### Task objective
Show every line in the entries below where the word "IFCCARTESIANPOINT" appears.

### Records to use
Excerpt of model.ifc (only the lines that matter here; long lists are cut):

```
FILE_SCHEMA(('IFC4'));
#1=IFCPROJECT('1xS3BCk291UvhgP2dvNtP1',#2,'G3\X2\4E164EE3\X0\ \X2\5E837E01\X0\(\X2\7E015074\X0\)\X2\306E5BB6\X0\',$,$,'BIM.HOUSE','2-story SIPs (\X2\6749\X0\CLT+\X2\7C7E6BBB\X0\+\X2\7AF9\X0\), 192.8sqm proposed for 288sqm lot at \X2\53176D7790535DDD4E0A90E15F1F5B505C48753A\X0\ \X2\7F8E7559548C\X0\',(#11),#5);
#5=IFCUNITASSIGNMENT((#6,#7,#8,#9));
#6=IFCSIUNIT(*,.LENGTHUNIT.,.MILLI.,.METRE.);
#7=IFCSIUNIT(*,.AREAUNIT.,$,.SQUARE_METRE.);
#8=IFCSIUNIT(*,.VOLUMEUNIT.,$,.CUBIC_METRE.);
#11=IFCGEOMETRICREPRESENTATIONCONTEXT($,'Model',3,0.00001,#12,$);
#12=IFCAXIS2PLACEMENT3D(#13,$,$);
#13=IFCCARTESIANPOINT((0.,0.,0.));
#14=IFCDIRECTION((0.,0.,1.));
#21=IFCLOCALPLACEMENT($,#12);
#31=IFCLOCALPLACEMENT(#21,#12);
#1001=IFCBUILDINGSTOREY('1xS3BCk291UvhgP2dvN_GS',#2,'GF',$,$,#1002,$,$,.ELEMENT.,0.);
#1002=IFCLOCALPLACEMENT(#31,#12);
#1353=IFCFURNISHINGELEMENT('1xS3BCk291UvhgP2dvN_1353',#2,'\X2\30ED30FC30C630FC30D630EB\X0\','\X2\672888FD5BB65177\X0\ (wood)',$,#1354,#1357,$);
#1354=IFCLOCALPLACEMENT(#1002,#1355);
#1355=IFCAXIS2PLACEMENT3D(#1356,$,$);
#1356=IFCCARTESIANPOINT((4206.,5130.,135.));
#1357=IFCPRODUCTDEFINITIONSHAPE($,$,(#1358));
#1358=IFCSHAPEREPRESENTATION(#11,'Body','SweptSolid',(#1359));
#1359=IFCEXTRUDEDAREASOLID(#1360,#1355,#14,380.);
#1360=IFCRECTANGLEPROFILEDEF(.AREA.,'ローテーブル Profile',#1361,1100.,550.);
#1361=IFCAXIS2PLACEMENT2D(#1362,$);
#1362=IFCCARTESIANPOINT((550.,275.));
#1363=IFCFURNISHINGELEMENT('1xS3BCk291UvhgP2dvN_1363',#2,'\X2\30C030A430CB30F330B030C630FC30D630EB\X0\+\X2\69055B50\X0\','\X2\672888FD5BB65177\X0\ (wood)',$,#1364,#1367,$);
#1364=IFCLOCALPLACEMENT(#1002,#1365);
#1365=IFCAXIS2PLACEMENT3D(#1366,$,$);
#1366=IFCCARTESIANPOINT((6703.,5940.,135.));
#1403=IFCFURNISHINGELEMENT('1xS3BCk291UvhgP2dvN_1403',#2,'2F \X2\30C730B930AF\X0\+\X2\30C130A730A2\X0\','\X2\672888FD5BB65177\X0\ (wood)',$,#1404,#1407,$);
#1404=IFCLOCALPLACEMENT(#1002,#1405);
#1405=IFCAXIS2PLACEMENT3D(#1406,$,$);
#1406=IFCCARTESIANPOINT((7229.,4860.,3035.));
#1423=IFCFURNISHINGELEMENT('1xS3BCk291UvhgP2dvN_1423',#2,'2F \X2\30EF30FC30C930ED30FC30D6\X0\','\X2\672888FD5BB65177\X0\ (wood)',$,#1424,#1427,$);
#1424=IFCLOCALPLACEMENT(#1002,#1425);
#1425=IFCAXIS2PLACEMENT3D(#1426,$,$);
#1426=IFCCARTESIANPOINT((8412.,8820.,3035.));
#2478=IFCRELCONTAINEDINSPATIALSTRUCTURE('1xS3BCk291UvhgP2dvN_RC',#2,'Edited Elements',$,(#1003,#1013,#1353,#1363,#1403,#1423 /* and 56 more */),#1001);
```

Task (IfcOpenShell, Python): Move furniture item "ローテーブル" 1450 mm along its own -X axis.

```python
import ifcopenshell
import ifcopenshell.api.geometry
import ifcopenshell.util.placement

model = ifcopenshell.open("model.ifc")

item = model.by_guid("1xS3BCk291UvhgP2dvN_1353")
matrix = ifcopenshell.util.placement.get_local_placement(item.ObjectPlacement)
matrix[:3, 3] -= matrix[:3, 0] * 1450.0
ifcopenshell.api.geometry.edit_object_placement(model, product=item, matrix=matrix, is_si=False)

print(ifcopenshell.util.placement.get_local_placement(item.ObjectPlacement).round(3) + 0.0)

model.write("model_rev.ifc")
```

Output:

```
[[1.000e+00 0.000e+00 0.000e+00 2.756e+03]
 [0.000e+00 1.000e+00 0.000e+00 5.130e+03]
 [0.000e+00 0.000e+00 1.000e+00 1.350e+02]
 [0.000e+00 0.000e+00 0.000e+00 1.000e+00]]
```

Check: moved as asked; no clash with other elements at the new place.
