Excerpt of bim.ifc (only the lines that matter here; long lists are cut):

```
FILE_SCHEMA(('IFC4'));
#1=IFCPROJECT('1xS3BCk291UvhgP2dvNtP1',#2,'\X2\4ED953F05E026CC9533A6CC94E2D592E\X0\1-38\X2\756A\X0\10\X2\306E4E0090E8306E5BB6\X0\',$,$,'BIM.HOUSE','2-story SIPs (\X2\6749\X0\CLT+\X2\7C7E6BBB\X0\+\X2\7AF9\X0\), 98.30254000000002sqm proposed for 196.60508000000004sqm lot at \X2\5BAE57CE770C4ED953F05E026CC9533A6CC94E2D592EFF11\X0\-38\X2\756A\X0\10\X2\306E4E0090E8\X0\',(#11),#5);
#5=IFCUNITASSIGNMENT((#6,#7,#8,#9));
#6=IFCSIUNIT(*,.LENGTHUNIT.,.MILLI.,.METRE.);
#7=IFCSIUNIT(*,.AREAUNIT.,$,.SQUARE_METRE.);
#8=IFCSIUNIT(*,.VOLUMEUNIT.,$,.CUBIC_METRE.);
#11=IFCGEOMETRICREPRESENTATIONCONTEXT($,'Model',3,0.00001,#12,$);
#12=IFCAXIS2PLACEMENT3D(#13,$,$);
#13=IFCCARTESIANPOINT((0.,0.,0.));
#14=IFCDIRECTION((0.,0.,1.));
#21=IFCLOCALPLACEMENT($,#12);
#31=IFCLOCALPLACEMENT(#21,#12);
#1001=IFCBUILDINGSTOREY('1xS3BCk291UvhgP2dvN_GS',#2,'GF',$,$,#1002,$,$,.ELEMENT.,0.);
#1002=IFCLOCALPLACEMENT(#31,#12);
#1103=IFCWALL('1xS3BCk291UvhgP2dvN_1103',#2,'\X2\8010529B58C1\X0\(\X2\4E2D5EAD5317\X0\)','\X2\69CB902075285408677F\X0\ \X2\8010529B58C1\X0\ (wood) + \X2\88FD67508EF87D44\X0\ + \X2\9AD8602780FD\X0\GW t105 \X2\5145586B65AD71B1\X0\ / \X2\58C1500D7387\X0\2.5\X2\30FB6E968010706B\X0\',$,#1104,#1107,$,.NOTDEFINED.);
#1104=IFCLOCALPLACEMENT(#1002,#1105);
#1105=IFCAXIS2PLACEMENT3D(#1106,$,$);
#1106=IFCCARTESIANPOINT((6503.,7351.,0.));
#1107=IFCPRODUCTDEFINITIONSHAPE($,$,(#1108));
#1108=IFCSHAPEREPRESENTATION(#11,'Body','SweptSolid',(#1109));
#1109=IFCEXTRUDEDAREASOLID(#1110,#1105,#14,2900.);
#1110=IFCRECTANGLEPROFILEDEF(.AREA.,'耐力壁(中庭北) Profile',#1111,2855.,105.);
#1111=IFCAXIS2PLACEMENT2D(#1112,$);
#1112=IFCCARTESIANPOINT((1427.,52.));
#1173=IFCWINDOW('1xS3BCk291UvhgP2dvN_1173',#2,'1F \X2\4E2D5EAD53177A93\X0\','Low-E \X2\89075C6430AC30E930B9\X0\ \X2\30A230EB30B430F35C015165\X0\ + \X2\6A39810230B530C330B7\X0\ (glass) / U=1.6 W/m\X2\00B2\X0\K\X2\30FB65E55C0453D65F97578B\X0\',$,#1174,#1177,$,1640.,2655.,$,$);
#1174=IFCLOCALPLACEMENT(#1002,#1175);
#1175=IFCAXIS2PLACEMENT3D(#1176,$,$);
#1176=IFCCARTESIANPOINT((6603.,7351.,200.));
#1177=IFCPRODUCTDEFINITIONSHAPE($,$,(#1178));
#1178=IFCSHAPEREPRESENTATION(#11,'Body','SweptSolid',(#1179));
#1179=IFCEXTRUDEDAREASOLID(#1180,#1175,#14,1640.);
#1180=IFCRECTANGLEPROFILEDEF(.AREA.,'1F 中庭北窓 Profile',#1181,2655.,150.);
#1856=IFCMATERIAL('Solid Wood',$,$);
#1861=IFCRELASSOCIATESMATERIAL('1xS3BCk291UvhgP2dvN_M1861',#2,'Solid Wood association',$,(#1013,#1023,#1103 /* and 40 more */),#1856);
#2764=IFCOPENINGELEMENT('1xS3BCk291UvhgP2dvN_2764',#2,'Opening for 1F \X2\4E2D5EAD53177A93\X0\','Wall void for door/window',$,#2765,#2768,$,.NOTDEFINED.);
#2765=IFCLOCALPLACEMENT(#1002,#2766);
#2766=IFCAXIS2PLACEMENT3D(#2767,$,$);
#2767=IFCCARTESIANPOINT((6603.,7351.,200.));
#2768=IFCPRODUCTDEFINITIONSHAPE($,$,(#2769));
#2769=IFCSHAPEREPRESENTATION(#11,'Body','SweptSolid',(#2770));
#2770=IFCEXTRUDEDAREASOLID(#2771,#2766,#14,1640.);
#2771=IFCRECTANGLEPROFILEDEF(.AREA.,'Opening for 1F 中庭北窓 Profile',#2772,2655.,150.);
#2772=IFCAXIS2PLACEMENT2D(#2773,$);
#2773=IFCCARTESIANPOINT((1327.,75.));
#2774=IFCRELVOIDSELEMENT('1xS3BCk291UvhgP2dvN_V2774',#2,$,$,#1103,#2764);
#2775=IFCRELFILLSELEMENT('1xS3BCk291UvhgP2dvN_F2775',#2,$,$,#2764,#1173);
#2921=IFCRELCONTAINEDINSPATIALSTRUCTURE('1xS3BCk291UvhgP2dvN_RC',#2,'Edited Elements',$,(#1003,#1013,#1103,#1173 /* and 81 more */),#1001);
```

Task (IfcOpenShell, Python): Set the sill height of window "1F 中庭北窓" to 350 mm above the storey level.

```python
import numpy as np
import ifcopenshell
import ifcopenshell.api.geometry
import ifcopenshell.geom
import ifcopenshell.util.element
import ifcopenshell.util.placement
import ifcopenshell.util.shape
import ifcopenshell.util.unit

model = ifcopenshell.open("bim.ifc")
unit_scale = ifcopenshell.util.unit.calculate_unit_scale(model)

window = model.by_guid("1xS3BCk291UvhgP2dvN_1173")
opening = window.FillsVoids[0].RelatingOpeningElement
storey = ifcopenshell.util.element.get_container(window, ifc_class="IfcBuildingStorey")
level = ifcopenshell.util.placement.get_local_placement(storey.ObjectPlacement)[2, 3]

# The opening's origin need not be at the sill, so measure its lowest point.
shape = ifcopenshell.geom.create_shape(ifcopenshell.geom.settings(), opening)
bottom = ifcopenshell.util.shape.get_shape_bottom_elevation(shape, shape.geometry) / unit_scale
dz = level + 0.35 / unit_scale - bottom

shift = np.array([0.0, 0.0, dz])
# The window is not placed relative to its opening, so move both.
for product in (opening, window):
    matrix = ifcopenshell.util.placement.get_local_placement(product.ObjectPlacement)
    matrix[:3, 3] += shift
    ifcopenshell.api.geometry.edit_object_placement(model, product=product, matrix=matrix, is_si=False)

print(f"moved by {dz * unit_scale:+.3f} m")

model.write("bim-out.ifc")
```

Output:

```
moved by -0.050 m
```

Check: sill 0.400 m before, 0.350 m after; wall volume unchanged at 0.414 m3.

### Solution below
#13=IFCCARTESIANPOINT((0.,0.,0.));
#1356=IFCCARTESIANPOINT((4206.,5130.,135.));
#1362=IFCCARTESIANPOINT((550.,275.));
#1366=IFCCARTESIANPOINT((6703.,5940.,135.));
#1406=IFCCARTESIANPOINT((7229.,4860.,3035.));
#1426=IFCCARTESIANPOINT((8412.,8820.,3035.));
#13=IFCCARTESIANPOINT((0.,0.,0.));
#1106=IFCCARTESIANPOINT((6503.,7351.,0.));
#1112=IFCCARTESIANPOINT((1427.,52.));
#1176=IFCCARTESIANPOINT((6603.,7351.,200.));
#2767=IFCCARTESIANPOINT((6603.,7351.,200.));
#2773=IFCCARTESIANPOINT((1327.,75.));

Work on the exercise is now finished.